**Work order:** When you reach the records, transcribe all of them exactly.

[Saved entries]
· · ·

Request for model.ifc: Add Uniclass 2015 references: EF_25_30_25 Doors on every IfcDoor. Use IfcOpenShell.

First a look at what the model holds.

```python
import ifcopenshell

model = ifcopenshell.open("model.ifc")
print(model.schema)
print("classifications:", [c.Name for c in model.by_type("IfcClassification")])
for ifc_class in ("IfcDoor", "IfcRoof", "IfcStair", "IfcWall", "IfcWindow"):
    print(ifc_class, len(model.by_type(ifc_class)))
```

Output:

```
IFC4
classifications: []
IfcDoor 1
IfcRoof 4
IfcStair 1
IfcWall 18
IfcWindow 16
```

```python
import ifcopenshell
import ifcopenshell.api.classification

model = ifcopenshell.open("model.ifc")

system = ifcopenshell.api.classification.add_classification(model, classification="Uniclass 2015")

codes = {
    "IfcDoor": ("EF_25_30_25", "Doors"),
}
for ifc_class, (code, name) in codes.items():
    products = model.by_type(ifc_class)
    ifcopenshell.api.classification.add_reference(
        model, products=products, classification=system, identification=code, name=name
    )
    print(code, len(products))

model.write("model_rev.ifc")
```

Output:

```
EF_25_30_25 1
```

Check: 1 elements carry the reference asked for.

· · ·

**Exercise result:**
Request for model.ifc: Add Uniclass 2015 references: EF_25_30_25 Doors on every IfcDoor. Use IfcOpenShell.

First a look at what the model holds.

```python
import ifcopenshell

model = ifcopenshell.open("model.ifc")
print(model.schema)
print("classifications:", [c.Name for c in model.by_type("IfcClassification")])
for ifc_class in ("IfcDoor", "IfcRoof", "IfcStair", "IfcWall", "IfcWindow"):
    print(ifc_class, len(model.by_type(ifc_class)))
```

Output:

```
IFC4
classifications: []
IfcDoor 1
IfcRoof 4
IfcStair 1
IfcWall 18
IfcWindow 16
```

```python
import ifcopenshell
import ifcopenshell.api.classification

model = ifcopenshell.open("model.ifc")

system = ifcopenshell.api.classification.add_classification(model, classification="Uniclass 2015")

codes = {
    "IfcDoor": ("EF_25_30_25", "Doors"),
}
for ifc_class, (code, name) in codes.items():
    products = model.by_type(ifc_class)
    ifcopenshell.api.classification.add_reference(
        model, products=products, classification=system, identification=code, name=name
    )
    print(code, len(products))

model.write("model_rev.ifc")
```

Output:

```
EF_25_30_25 1
```

Check: 1 elements carry the reference asked for.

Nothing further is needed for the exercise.